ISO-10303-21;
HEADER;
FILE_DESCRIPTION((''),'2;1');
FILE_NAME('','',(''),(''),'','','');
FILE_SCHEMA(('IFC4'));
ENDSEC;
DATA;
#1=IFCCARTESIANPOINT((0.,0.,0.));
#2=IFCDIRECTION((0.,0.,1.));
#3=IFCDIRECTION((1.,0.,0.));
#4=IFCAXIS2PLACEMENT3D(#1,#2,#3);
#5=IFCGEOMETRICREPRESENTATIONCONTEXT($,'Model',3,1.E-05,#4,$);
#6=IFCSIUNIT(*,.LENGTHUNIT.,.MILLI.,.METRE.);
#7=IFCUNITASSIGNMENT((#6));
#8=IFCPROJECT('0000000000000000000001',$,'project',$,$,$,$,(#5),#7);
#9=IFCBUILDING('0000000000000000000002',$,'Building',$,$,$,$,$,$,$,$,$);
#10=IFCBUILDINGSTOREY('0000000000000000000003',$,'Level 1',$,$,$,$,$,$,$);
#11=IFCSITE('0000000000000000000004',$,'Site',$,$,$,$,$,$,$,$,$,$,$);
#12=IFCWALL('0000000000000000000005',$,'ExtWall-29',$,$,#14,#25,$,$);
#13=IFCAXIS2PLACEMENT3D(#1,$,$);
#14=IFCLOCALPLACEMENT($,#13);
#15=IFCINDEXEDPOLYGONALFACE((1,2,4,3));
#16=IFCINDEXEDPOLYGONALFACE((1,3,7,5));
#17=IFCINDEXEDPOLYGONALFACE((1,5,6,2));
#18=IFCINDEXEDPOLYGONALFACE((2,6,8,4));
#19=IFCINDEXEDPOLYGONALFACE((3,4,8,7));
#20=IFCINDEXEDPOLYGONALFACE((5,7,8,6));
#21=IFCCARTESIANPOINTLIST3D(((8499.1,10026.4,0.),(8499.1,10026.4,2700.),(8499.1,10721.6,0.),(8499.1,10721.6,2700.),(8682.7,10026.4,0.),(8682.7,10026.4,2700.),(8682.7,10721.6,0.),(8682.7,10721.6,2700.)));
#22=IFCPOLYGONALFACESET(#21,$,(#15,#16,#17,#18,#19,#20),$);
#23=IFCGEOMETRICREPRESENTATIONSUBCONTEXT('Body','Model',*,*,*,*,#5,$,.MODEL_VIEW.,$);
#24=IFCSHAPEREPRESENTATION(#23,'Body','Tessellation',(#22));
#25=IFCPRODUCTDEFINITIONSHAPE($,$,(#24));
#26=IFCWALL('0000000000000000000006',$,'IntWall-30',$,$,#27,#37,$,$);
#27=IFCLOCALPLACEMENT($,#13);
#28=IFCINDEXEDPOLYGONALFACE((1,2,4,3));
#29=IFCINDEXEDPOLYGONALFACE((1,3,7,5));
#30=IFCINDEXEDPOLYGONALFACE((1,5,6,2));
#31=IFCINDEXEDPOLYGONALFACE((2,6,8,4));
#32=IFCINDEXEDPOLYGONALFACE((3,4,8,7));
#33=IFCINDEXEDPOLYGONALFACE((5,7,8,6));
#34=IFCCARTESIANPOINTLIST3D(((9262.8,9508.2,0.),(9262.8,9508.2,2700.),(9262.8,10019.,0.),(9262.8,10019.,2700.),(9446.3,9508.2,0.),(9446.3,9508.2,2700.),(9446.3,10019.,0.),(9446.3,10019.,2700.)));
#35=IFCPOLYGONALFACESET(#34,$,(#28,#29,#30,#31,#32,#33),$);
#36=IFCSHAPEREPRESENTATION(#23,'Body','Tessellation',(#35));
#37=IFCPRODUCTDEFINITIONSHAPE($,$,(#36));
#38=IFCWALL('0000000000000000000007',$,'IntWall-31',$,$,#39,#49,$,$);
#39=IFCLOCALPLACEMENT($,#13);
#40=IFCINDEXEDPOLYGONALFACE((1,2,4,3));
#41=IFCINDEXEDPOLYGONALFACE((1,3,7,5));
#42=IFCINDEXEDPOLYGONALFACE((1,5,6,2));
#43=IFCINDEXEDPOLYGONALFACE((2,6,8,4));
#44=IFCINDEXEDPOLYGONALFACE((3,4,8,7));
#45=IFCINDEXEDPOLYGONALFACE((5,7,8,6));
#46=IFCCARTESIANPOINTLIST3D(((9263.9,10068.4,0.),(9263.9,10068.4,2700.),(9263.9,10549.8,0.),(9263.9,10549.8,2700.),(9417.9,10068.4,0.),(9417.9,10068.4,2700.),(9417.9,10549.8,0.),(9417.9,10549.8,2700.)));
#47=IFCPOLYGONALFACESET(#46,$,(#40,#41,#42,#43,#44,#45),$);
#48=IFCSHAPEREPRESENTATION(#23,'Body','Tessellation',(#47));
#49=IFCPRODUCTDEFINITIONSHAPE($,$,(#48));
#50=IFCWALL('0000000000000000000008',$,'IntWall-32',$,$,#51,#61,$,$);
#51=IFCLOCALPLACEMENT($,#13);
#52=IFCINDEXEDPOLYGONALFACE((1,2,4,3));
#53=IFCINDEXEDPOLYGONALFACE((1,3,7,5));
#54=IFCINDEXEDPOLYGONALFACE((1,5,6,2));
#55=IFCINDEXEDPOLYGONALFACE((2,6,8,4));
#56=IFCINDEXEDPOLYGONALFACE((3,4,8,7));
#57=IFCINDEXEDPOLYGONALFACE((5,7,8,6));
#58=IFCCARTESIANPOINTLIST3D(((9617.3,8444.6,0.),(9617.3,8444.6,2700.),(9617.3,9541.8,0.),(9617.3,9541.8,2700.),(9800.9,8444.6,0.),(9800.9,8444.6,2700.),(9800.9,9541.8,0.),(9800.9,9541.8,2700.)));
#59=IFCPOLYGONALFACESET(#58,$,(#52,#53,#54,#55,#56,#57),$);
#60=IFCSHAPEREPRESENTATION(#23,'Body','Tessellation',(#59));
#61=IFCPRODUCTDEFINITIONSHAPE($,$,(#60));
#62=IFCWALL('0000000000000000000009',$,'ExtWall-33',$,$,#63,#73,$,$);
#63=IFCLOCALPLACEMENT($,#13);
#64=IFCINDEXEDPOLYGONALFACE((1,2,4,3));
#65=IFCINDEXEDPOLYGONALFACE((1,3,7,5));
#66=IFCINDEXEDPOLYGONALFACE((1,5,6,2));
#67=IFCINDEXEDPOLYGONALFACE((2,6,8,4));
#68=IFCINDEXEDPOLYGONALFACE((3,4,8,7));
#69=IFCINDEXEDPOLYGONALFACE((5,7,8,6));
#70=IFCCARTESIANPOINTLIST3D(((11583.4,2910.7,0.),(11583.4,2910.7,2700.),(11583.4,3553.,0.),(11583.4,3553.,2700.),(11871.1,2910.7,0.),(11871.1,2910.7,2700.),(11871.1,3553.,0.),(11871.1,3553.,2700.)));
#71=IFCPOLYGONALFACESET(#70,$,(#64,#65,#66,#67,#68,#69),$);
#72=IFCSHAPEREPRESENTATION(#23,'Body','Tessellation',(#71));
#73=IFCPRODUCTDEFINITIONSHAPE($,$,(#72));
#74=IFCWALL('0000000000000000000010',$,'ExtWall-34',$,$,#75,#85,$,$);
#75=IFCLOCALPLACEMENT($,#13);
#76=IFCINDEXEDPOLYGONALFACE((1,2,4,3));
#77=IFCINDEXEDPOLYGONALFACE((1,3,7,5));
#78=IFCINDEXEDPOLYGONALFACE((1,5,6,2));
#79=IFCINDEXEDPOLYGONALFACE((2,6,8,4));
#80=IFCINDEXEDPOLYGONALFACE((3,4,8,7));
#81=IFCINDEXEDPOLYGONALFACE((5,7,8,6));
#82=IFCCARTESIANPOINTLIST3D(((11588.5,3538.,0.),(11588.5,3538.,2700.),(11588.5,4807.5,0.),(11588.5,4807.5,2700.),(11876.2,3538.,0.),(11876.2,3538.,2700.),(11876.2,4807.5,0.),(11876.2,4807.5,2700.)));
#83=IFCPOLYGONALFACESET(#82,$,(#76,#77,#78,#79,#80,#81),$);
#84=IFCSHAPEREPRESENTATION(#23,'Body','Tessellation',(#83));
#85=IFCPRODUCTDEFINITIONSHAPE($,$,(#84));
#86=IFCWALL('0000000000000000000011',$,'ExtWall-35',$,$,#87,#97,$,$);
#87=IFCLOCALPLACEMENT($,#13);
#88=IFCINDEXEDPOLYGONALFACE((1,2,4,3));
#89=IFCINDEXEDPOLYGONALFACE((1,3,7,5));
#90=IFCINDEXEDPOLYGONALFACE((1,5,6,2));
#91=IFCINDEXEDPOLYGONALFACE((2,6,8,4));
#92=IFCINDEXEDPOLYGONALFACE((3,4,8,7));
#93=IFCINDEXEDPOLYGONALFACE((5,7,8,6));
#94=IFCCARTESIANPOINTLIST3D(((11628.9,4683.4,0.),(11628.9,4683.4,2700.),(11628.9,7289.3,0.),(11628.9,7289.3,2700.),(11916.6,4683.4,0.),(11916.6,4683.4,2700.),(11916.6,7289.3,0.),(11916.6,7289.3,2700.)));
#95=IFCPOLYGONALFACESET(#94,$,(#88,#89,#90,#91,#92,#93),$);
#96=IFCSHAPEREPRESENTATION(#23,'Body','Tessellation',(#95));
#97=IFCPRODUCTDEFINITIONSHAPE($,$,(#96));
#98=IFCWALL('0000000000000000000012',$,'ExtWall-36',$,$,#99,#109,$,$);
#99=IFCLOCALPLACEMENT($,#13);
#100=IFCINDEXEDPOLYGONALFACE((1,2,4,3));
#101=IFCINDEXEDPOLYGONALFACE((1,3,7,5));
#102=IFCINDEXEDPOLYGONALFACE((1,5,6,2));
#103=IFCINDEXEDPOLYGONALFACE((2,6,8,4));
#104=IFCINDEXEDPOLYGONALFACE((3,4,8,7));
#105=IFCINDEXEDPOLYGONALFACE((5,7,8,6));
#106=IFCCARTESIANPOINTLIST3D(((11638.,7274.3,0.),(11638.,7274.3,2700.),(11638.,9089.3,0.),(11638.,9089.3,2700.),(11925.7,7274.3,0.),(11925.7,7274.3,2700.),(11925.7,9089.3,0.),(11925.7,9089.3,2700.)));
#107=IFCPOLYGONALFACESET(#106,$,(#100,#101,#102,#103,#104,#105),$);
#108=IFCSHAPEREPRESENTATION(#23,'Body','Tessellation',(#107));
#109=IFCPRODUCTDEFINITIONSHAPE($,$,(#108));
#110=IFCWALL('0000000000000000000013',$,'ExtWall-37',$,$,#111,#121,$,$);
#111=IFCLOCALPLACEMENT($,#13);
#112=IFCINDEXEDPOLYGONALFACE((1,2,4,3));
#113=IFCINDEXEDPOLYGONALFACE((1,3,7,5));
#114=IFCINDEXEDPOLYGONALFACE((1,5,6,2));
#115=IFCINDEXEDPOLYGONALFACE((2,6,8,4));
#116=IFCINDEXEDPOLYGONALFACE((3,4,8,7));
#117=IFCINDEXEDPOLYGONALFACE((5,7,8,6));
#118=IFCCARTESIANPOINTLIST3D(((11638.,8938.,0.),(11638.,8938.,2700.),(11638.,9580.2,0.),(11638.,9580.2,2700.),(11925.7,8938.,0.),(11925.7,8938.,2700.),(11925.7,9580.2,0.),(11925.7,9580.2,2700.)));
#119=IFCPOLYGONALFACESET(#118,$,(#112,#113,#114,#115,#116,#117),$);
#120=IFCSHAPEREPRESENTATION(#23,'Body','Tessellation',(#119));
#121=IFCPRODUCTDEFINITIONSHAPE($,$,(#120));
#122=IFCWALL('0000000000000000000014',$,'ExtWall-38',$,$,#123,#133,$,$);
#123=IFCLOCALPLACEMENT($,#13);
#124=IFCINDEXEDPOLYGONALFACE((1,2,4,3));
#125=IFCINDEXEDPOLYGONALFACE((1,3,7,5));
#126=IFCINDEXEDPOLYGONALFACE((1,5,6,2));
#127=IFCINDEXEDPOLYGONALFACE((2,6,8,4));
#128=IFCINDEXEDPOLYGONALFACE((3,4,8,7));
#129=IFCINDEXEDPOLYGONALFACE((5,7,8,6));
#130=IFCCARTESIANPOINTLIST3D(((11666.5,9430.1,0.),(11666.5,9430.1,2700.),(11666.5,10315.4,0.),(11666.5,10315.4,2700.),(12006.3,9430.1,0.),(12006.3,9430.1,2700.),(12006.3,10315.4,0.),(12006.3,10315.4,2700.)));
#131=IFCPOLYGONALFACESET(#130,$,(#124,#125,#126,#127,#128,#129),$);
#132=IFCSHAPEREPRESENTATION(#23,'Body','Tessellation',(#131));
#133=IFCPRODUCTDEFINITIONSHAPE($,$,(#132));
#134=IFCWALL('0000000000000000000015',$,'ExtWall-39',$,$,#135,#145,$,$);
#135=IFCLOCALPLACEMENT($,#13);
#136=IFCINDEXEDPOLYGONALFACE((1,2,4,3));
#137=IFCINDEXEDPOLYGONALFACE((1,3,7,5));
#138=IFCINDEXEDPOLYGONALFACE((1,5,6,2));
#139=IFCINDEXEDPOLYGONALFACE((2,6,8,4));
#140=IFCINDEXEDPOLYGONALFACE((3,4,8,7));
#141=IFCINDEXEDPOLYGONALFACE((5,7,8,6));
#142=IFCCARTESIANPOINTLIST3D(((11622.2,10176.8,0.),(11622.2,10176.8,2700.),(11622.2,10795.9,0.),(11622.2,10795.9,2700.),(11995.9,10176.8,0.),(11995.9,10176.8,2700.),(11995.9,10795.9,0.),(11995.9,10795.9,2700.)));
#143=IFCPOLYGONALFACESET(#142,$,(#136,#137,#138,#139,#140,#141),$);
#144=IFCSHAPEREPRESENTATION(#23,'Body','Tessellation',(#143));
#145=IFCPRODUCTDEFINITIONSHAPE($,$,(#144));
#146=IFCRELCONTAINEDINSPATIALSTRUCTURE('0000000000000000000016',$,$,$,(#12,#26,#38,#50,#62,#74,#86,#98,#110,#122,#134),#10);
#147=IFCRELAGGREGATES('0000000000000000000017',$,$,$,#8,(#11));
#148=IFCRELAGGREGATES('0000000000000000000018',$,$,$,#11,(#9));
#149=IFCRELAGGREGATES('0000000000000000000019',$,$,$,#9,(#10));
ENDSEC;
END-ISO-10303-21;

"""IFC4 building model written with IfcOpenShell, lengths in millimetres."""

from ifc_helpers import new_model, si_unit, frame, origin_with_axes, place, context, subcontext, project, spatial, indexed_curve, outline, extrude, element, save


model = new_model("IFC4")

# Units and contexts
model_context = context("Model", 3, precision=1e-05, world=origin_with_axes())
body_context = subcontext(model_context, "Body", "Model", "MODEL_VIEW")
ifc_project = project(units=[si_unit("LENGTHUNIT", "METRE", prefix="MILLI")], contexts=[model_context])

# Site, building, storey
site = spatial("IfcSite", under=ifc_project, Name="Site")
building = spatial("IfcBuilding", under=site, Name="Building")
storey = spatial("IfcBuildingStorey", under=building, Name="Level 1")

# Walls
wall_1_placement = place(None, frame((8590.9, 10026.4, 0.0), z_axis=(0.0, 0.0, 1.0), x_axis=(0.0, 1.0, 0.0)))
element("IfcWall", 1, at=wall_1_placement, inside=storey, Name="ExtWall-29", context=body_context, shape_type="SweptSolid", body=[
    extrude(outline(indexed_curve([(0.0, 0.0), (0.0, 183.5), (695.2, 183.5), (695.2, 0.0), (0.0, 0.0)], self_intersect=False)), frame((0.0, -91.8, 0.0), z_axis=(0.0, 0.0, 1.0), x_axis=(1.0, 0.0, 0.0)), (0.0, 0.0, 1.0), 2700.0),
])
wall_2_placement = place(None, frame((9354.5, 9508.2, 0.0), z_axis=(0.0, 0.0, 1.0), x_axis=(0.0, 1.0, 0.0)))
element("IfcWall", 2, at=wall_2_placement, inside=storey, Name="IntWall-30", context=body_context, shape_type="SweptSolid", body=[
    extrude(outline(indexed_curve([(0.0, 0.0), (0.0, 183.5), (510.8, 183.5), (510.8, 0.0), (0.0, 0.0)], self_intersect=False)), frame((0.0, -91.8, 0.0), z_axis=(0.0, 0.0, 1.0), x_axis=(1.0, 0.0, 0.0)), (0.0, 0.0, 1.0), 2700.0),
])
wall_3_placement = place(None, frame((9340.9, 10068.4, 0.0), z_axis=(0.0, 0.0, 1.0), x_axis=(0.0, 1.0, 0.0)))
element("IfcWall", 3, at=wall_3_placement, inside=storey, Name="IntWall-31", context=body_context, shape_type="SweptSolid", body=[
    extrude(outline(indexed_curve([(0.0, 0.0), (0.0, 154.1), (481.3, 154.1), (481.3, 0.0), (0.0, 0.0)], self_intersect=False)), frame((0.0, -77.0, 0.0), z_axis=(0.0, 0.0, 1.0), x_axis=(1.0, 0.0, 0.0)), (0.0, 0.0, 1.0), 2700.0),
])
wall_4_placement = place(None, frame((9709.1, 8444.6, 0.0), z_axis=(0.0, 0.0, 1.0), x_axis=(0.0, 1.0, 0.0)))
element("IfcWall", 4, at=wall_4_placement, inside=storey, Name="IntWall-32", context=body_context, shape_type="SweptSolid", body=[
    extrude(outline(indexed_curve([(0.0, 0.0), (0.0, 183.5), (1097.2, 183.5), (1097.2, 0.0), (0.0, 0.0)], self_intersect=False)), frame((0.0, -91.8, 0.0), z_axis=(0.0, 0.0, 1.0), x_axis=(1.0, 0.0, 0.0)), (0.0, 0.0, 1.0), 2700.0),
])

━━━━━━━━━━━━━━━━━━━━━━━━━━━━━━

**Exercise brief**.
Pull out every line above that holds the word "IFCPOLYGONALFACESET".

**Exercise output**.
#22=IFCPOLYGONALFACESET(#21,$,(#15,#16,#17,#18,#19,#20),$);
#35=IFCPOLYGONALFACESET(#34,$,(#28,#29,#30,#31,#32,#33),$);
#47=IFCPOLYGONALFACESET(#46,$,(#40,#41,#42,#43,#44,#45),$);
#59=IFCPOLYGONALFACESET(#58,$,(#52,#53,#54,#55,#56,#57),$);
#71=IFCPOLYGONALFACESET(#70,$,(#64,#65,#66,#67,#68,#69),$);
#83=IFCPOLYGONALFACESET(#82,$,(#76,#77,#78,#79,#80,#81),$);
#95=IFCPOLYGONALFACESET(#94,$,(#88,#89,#90,#91,#92,#93),$);
#107=IFCPOLYGONALFACESET(#106,$,(#100,#101,#102,#103,#104,#105),$);
#119=IFCPOLYGONALFACESET(#118,$,(#112,#113,#114,#115,#116,#117),$);
#131=IFCPOLYGONALFACESET(#130,$,(#124,#125,#126,#127,#128,#129),$);
#143=IFCPOLYGONALFACESET(#142,$,(#136,#137,#138,#139,#140,#141),$);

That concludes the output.